More importantly, it’ll enable a single unified data dictionary over both Oracle and Hadoop data sources, presenting Hive tables and NoSQL data as regular Oracle tables and allowing the DBA to create data security, redaction and row-level filtering policies over both relational and Hadoop data - giving you potentially the ability to define a single security policy across all data in your overall information management architecture.

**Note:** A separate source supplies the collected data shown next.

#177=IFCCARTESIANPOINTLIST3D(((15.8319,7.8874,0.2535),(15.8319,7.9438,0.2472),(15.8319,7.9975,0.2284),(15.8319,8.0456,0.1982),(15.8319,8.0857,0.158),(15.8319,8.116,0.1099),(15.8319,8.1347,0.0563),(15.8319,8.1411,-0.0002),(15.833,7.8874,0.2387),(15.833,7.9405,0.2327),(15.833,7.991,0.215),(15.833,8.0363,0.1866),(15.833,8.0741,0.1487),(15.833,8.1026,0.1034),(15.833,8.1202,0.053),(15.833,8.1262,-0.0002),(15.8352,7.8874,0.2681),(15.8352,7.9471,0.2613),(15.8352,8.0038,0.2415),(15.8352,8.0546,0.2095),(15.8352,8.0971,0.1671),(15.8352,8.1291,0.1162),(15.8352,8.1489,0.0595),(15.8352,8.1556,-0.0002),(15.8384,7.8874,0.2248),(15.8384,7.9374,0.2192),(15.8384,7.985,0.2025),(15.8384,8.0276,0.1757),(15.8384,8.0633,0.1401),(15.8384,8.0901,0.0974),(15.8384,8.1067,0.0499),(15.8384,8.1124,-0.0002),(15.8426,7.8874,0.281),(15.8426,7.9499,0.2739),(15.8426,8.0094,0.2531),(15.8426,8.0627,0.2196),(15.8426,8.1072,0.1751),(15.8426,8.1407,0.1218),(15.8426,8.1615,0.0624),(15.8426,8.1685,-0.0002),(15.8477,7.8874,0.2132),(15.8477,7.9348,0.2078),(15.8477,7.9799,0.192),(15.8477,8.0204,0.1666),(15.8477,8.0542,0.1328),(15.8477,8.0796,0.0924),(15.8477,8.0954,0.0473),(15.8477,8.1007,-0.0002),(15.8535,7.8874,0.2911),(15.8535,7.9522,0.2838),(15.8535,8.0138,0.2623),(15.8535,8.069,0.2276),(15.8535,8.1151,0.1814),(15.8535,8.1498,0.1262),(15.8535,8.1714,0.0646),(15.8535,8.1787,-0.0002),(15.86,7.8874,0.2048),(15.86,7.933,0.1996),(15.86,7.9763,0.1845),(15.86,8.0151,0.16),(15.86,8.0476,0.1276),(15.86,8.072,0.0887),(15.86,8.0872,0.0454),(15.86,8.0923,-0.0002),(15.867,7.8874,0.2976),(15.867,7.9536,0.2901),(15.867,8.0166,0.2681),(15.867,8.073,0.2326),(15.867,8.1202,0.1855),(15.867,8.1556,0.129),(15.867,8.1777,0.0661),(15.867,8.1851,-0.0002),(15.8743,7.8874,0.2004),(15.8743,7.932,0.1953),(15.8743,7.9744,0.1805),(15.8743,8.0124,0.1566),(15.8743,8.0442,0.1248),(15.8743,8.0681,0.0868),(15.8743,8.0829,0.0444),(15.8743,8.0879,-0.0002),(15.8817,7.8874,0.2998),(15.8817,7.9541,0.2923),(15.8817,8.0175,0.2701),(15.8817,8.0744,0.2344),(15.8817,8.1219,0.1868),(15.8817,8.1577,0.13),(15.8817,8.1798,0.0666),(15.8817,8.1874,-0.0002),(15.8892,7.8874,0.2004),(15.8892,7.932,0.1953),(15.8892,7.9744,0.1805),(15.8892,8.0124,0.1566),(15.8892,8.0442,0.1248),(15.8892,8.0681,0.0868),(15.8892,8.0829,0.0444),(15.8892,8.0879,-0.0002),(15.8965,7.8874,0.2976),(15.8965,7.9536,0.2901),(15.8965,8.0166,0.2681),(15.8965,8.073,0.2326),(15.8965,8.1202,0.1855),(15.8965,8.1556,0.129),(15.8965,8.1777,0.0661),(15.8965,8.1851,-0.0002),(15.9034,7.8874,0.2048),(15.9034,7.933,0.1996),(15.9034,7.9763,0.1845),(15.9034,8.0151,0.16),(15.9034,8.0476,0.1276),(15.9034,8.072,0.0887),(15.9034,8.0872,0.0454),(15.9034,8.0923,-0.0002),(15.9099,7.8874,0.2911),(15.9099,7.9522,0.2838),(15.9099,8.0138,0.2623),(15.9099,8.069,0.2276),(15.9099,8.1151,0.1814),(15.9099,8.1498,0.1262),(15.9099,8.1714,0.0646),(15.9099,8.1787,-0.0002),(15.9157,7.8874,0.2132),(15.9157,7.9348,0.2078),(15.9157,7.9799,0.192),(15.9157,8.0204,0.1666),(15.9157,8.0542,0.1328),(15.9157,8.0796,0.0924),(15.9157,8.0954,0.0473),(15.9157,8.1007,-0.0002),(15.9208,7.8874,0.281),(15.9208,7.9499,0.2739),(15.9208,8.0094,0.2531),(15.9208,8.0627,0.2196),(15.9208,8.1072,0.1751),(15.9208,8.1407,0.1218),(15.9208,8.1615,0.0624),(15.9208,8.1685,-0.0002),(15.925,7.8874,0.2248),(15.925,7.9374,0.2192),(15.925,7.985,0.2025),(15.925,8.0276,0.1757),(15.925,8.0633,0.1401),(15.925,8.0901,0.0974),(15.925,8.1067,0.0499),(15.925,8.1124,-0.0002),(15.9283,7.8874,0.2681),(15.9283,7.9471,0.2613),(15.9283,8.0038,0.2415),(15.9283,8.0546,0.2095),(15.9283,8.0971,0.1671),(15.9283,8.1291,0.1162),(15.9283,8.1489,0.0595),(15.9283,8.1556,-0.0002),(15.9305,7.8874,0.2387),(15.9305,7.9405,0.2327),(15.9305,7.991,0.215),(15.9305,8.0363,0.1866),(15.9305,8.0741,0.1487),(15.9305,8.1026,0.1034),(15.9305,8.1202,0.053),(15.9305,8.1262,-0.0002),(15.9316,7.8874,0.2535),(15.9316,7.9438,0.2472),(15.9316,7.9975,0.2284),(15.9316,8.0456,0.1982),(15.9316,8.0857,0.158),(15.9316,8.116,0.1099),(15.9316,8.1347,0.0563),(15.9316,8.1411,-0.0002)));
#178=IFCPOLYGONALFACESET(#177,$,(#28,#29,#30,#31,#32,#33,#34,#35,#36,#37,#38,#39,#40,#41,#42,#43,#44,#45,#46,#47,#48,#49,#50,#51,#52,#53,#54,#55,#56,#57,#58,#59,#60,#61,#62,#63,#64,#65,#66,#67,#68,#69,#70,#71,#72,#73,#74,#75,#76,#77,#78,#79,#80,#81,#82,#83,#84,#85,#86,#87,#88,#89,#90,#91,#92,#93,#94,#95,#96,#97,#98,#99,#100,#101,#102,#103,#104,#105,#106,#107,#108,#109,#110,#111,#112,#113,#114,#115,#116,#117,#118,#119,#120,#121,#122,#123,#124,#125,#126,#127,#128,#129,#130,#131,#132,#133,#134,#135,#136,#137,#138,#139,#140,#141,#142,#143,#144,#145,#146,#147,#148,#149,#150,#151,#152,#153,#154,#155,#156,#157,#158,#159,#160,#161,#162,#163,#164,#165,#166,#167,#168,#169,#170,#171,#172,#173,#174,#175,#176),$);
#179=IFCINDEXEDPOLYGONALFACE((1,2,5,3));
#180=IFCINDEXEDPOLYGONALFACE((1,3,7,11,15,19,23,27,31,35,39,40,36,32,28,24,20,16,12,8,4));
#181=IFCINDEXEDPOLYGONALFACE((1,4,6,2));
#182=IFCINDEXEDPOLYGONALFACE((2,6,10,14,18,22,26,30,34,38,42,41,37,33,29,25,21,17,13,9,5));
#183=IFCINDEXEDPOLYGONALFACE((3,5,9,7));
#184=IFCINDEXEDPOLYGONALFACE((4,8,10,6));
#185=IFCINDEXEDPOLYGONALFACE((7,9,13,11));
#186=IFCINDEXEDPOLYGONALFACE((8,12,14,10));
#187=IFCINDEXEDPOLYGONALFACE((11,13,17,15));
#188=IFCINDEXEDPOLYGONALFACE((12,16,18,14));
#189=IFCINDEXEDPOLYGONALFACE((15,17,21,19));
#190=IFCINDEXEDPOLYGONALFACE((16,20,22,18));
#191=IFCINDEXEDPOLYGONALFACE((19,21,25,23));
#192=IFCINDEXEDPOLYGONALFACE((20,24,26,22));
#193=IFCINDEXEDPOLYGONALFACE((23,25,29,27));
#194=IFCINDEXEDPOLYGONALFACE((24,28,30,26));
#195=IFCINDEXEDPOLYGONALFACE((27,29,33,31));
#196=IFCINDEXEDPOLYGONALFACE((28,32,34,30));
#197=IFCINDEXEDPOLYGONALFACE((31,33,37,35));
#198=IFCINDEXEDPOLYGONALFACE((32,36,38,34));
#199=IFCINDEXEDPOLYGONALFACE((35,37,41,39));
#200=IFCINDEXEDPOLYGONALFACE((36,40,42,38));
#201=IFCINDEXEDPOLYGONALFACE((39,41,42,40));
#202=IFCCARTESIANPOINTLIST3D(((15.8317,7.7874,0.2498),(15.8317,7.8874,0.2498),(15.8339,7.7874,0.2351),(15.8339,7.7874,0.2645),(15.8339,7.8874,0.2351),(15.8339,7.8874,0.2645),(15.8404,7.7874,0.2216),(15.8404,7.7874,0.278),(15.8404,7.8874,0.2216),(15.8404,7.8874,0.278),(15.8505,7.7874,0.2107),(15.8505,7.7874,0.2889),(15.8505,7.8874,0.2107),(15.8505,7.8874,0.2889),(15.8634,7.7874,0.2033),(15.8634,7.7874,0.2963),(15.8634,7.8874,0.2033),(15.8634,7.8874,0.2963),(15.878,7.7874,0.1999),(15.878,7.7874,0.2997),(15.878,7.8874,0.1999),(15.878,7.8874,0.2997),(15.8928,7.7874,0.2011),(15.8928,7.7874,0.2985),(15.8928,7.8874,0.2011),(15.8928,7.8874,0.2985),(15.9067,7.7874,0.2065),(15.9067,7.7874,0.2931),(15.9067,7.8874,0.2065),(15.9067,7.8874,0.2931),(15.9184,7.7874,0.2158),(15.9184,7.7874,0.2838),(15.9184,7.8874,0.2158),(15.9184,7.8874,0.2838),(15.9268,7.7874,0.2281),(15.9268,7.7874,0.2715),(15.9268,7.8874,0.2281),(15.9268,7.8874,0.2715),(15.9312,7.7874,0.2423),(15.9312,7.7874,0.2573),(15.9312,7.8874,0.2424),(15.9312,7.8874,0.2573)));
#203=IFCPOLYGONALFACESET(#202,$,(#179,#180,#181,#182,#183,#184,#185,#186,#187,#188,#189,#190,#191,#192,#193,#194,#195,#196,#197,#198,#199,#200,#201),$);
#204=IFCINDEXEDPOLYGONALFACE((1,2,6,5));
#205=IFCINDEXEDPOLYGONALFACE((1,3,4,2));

So I think this is actually a “big deal”, and potentially even more game-changing that the SmartScan functionality that got most of the attention with the Big Data SQL product launch. How well it’ll work in-practice, and how much will be enabled on day one it’s hard to say, but this feature meets a real need that our customers are finding now, so I’ll be very interested to try it out when the product becomes available (presumably) later in the year.